▶ What the task asks
Filter these records by the string "more", copying each line that holds it.
+===+
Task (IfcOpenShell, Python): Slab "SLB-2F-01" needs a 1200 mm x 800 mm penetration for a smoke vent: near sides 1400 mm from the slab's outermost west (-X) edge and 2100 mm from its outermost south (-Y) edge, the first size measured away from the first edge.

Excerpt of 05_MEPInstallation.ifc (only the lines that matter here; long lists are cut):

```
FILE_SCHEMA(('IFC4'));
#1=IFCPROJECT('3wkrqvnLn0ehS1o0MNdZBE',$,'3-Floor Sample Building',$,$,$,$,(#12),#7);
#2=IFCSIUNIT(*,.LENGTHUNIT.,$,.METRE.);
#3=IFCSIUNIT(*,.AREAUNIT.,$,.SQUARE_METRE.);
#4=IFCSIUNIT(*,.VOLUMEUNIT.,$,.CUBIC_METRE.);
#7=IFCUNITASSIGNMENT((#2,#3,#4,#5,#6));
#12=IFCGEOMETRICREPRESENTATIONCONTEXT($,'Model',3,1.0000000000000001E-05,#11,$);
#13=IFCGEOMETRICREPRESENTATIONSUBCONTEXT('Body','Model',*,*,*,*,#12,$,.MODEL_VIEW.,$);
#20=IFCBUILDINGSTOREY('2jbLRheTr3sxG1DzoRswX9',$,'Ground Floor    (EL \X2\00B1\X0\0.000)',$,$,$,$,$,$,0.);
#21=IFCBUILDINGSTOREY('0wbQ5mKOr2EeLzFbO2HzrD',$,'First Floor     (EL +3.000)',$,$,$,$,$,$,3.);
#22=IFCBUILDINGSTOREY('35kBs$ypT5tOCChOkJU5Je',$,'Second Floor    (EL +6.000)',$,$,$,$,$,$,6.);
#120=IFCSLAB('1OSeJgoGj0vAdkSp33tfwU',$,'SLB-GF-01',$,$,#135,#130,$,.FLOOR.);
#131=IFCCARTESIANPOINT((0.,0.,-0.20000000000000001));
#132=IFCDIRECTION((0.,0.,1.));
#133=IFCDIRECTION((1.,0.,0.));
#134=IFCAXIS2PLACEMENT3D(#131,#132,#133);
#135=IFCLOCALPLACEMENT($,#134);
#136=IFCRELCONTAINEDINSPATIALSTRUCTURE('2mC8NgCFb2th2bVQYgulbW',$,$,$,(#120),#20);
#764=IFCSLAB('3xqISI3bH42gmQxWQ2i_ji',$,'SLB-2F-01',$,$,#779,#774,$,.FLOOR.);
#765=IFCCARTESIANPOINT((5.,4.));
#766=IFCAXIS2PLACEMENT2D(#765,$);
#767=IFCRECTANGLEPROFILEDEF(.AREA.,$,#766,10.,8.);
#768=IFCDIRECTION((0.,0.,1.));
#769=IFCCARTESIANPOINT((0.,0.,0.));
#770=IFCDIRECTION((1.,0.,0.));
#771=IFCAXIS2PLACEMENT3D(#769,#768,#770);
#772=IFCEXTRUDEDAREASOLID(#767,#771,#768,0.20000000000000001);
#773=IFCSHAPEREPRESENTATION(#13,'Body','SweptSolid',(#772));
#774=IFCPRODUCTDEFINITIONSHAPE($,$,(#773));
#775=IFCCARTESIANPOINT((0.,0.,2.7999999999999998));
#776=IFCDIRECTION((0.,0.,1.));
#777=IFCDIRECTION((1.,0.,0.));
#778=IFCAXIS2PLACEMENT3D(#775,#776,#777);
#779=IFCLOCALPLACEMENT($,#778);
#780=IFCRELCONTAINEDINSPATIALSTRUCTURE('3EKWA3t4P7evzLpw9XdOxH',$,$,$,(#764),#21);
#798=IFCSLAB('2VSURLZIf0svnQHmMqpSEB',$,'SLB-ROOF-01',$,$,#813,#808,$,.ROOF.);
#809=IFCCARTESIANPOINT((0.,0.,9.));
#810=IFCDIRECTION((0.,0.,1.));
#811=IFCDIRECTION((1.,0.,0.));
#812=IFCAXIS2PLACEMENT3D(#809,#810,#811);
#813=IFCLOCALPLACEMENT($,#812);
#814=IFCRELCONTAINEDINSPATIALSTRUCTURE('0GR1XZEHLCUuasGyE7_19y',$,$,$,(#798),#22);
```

```python
import numpy as np
import ifcopenshell
import ifcopenshell.api.feature
import ifcopenshell.api.geometry
import ifcopenshell.api.root
import ifcopenshell.geom
import ifcopenshell.util.placement
import ifcopenshell.util.representation
import ifcopenshell.util.shape
import ifcopenshell.util.unit

model = ifcopenshell.open("05_MEPInstallation.ifc")
unit_scale = ifcopenshell.util.unit.calculate_unit_scale(model)
settings = ifcopenshell.geom.settings()


def volume(element):
    """Net volume in cubic metres, openings subtracted."""
    shape = ifcopenshell.geom.create_shape(settings, element)
    return ifcopenshell.util.shape.get_volume(shape.geometry)


slab = model.by_guid("3xqISI3bH42gmQxWQ2i_ji")
before = volume(slab)

# Extent in the slab's own axes, in metres. The edges named are its -X and -Y sides.
slab_shape = ifcopenshell.geom.create_shape(settings, slab)
vertices = ifcopenshell.util.shape.get_vertices(slab_shape.geometry)
x_min, y_min, bottom = vertices.min(axis=0)
top = vertices[:, 2].max()

opening = ifcopenshell.api.root.create_entity(model, ifc_class="IfcOpeningElement", name="Smoke vent opening", predefined_type="OPENING")
context = ifcopenshell.util.representation.get_context(model, "Model", "Body", "MODEL_VIEW")
width, depth = 1.2, 0.8
outline = [(0.0, 0.0), (width, 0.0), (width, depth), (0.0, depth), (0.0, 0.0)]
# Overshoot both faces by 50 mm so the cut is clean.
shape = ifcopenshell.api.geometry.add_slab_representation(
    model, context=context, depth=top - bottom + 0.1, polyline=outline
)
ifcopenshell.api.geometry.assign_representation(model, product=opening, representation=shape)

matrix = ifcopenshell.util.placement.get_local_placement(slab.ObjectPlacement)
matrix[:, 3] = matrix @ np.append(np.array([x_min + 1.4, y_min + 2.1, bottom - 0.05]) / unit_scale, 1.0)
ifcopenshell.api.geometry.edit_object_placement(model, product=opening, matrix=matrix, is_si=False)
ifcopenshell.api.feature.add_feature(model, feature=opening, element=slab)

after = volume(slab)

print(f"slab volume {before:.3f} -> {after:.3f} m3")

model.write("05_MEPInstallation_v2.ifc")
```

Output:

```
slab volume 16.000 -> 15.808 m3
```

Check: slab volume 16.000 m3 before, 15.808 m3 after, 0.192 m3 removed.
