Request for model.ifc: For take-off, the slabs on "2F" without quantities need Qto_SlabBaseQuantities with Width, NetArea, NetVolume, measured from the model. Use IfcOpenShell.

First a look at what the model holds.

```python
import ifcopenshell
import ifcopenshell.util.element
import ifcopenshell.util.unit

model = ifcopenshell.open("model.ifc")
print(model.schema)
for unit_type in ("LENGTHUNIT", "AREAUNIT", "VOLUMEUNIT"):
    print(unit_type, ifcopenshell.util.unit.calculate_unit_scale(model, unit_type))
storey = next(s for s in model.by_type("IfcBuildingStorey") if s.Name == "2F")
slabs = [e for e in ifcopenshell.util.element.get_decomposition(storey) if e.is_a("IfcSlab")]
for e in sorted(slabs, key=lambda e: e.id()):
    print(e.id(), e.is_a(), e.Name, list(ifcopenshell.util.element.get_psets(e, qtos_only=True)), sep=" | ")
```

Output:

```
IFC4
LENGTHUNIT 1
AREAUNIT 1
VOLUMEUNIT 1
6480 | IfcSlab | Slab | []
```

```python
import ifcopenshell
import ifcopenshell.api.pset
import ifcopenshell.geom
import ifcopenshell.util.element
import ifcopenshell.util.shape
import ifcopenshell.util.unit

model = ifcopenshell.open("model.ifc")
unit_scale = ifcopenshell.util.unit.calculate_unit_scale(model)
area_scale = ifcopenshell.util.unit.calculate_unit_scale(model, "AREAUNIT")
volume_scale = ifcopenshell.util.unit.calculate_unit_scale(model, "VOLUMEUNIT")
settings = ifcopenshell.geom.settings()

storey = next(s for s in model.by_type("IfcBuildingStorey") if s.Name == "2F")
slabs = [e for e in ifcopenshell.util.element.get_decomposition(storey) if e.is_a("IfcSlab")]

for e in sorted(slabs, key=lambda e: e.id()):
    if ifcopenshell.util.element.get_psets(e, qtos_only=True, should_inherit=False):
        continue
    # Geometry comes back in metres, in the element's own axes.
    shape = ifcopenshell.geom.create_shape(settings, e)
    values = {
        "Width": ifcopenshell.util.shape.get_z(shape.geometry) / unit_scale,
        "NetArea": ifcopenshell.util.shape.get_footprint_area(shape.geometry) / area_scale,
        "NetVolume": ifcopenshell.util.shape.get_volume(shape.geometry) / volume_scale,
    }
    qto = ifcopenshell.api.pset.add_qto(model, product=e, name="Qto_SlabBaseQuantities")
    ifcopenshell.api.pset.edit_qto(model, qto=qto, properties=values)
    print(e.id(), {k: round(v, 3) for k, v in values.items()})

model.write("model_edited.ifc")
```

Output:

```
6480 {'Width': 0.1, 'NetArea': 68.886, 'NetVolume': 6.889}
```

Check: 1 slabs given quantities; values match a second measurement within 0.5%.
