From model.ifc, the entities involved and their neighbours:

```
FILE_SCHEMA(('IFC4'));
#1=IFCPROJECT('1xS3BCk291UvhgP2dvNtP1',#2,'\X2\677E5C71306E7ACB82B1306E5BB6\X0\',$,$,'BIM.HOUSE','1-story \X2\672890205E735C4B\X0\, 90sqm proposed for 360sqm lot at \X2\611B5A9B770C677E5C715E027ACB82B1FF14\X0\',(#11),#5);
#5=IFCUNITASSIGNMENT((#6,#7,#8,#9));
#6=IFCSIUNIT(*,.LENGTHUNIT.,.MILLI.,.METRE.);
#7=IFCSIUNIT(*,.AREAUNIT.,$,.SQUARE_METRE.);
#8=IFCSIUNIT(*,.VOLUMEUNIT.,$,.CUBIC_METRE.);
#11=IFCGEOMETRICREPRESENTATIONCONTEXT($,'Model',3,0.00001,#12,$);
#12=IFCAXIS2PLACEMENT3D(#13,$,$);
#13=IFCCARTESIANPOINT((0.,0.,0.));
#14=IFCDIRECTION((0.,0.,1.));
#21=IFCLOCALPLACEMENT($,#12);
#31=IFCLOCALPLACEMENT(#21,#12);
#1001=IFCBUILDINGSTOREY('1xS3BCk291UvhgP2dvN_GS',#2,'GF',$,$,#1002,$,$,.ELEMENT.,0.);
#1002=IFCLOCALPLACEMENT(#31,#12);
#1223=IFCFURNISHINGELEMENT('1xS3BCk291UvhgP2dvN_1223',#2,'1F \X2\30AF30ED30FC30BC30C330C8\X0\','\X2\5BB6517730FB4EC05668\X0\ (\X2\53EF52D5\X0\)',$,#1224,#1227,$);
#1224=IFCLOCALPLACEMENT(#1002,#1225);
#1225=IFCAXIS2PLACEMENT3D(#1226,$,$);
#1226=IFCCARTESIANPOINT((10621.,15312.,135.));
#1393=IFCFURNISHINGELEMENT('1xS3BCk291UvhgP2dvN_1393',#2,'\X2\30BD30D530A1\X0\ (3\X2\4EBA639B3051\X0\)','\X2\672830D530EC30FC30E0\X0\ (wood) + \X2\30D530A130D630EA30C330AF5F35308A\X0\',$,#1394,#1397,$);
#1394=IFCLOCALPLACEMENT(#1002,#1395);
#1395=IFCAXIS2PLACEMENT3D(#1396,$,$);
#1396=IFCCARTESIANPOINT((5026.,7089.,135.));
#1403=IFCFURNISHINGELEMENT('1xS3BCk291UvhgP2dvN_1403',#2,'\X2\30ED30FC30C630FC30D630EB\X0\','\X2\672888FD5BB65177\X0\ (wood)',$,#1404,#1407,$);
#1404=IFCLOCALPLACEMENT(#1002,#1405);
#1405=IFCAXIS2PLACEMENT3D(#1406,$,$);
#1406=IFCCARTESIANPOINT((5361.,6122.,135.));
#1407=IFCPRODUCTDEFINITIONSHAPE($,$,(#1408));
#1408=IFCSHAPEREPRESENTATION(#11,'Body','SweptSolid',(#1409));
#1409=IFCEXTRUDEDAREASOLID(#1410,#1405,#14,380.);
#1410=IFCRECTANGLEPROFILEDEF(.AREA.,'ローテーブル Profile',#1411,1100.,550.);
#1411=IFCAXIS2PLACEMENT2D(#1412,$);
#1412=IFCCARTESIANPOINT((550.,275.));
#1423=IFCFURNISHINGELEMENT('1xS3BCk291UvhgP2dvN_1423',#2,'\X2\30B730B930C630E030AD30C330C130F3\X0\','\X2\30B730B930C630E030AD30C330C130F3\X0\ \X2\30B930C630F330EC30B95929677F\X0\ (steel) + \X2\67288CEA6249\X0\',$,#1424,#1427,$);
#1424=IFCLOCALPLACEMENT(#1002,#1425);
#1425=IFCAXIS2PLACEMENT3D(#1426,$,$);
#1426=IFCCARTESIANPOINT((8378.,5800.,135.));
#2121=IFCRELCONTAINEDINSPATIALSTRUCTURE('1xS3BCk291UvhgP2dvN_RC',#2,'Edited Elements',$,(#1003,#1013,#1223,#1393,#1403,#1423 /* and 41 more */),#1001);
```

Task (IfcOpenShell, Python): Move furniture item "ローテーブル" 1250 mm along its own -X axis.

```python
import ifcopenshell
import ifcopenshell.api.geometry
import ifcopenshell.util.placement
import ifcopenshell.util.unit

model = ifcopenshell.open("model.ifc")
unit_scale = ifcopenshell.util.unit.calculate_unit_scale(model)

item = model.by_guid("1xS3BCk291UvhgP2dvN_1403")
matrix = ifcopenshell.util.placement.get_local_placement(item.ObjectPlacement)
matrix[:3, 3] -= matrix[:3, 0] * 1.25 / unit_scale
ifcopenshell.api.geometry.edit_object_placement(model, product=item, matrix=matrix, is_si=False)

print(ifcopenshell.util.placement.get_local_placement(item.ObjectPlacement).round(3) + 0.0)

model.write("model_updated.ifc")
```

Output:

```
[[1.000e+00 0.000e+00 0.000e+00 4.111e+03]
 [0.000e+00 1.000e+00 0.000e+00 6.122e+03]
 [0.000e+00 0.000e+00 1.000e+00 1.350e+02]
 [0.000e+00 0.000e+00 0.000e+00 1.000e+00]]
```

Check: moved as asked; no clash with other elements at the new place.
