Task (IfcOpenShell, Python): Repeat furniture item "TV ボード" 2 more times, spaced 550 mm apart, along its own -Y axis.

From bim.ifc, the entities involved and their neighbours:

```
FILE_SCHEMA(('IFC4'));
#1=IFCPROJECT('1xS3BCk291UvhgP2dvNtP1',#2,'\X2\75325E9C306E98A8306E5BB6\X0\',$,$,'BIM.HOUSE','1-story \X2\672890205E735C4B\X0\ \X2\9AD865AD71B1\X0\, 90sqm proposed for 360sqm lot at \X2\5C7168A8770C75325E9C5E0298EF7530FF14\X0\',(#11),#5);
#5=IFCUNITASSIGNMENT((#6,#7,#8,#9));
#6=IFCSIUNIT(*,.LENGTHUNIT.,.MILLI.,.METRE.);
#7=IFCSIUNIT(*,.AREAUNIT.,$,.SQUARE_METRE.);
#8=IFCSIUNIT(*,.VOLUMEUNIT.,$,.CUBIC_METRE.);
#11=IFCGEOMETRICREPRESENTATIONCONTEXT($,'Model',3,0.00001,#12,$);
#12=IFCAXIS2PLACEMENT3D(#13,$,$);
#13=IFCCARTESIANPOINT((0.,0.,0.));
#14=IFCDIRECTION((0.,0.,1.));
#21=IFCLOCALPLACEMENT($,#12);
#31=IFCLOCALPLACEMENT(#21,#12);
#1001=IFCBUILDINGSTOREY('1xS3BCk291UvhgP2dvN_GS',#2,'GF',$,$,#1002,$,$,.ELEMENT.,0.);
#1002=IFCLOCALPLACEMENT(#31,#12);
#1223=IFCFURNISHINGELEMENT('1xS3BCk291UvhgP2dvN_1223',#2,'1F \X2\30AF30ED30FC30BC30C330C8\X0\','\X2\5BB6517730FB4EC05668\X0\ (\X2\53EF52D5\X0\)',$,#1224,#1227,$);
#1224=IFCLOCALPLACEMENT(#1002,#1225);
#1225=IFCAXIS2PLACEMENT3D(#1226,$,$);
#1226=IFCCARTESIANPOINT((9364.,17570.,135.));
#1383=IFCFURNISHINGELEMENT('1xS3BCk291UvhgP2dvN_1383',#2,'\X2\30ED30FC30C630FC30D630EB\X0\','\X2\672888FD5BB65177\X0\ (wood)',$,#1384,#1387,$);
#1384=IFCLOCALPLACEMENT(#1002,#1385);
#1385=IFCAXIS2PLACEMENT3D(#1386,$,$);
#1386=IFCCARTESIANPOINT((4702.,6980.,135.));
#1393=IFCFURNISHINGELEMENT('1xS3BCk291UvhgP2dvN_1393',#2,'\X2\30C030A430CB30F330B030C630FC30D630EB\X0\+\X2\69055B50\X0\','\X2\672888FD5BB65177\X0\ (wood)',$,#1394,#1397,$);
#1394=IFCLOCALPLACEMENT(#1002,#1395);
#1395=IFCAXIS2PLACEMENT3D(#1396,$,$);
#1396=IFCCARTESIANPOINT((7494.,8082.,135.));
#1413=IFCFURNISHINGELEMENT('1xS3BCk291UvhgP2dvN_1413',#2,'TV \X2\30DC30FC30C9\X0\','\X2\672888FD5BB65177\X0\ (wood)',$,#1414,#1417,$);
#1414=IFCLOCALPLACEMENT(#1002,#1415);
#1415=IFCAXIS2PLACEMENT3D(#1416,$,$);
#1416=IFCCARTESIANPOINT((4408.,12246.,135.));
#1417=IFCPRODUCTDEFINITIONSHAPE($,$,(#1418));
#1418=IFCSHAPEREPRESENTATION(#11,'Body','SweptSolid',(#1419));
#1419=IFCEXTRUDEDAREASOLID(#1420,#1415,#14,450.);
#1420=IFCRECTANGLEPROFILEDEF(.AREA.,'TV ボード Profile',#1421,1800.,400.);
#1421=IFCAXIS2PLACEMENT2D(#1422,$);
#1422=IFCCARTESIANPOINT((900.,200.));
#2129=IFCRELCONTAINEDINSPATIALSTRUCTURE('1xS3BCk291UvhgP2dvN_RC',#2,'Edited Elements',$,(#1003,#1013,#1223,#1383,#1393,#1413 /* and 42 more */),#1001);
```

```python
import ifcopenshell
import ifcopenshell.api.geometry
import ifcopenshell.api.root
import ifcopenshell.util.element
import ifcopenshell.util.placement
import ifcopenshell.util.unit

model = ifcopenshell.open("bim.ifc")
unit_scale = ifcopenshell.util.unit.calculate_unit_scale(model)


def reuse_history(source, copy):
    """copy_class also copies each property set's owner history, people and application; keep the originals."""
    for rel in copy.IsDefinedBy:
        if rel.is_a("IfcRelDefinesByProperties") and (history := rel.RelatingPropertyDefinition.OwnerHistory):
            rel.RelatingPropertyDefinition.OwnerHistory = source.OwnerHistory
            ifcopenshell.util.element.remove_deep2(model, history)


source = model.by_id(1413)
base = ifcopenshell.util.placement.get_local_placement(source.ObjectPlacement)
step = -base[:3, 1] * 0.55 / unit_scale

for i in range(1, 3):
    copy = ifcopenshell.api.root.copy_class(model, product=source)
    copy.Representation = ifcopenshell.util.element.copy_deep(
        model, source.Representation, exclude=["IfcGeometricRepresentationContext", "IfcRepresentationMap"]
    )
    reuse_history(source, copy)
    matrix = base.copy()
    matrix[:3, 3] += i * step
    print("added at", matrix[:3, 3].round(3) + 0.0)
    ifcopenshell.api.geometry.edit_object_placement(model, product=copy, matrix=matrix, is_si=False)

model.write("bim_updated.ifc")
```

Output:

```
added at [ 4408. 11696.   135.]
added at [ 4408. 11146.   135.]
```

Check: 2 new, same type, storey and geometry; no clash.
+===+
▶ Exercise result
#2121=IFCRELCONTAINEDINSPATIALSTRUCTURE('1xS3BCk291UvhgP2dvN_RC',#2,'Edited Elements',$,(#1003,#1013,#1223,#1393,#1403,#1423 /* and 41 more */),#1001);
Task (IfcOpenShell, Python): Repeat furniture item "TV ボード" 2 more times, spaced 550 mm apart, along its own -Y axis.
#2129=IFCRELCONTAINEDINSPATIALSTRUCTURE('1xS3BCk291UvhgP2dvN_RC',#2,'Edited Elements',$,(#1003,#1013,#1223,#1383,#1393,#1413 /* and 42 more */),#1001);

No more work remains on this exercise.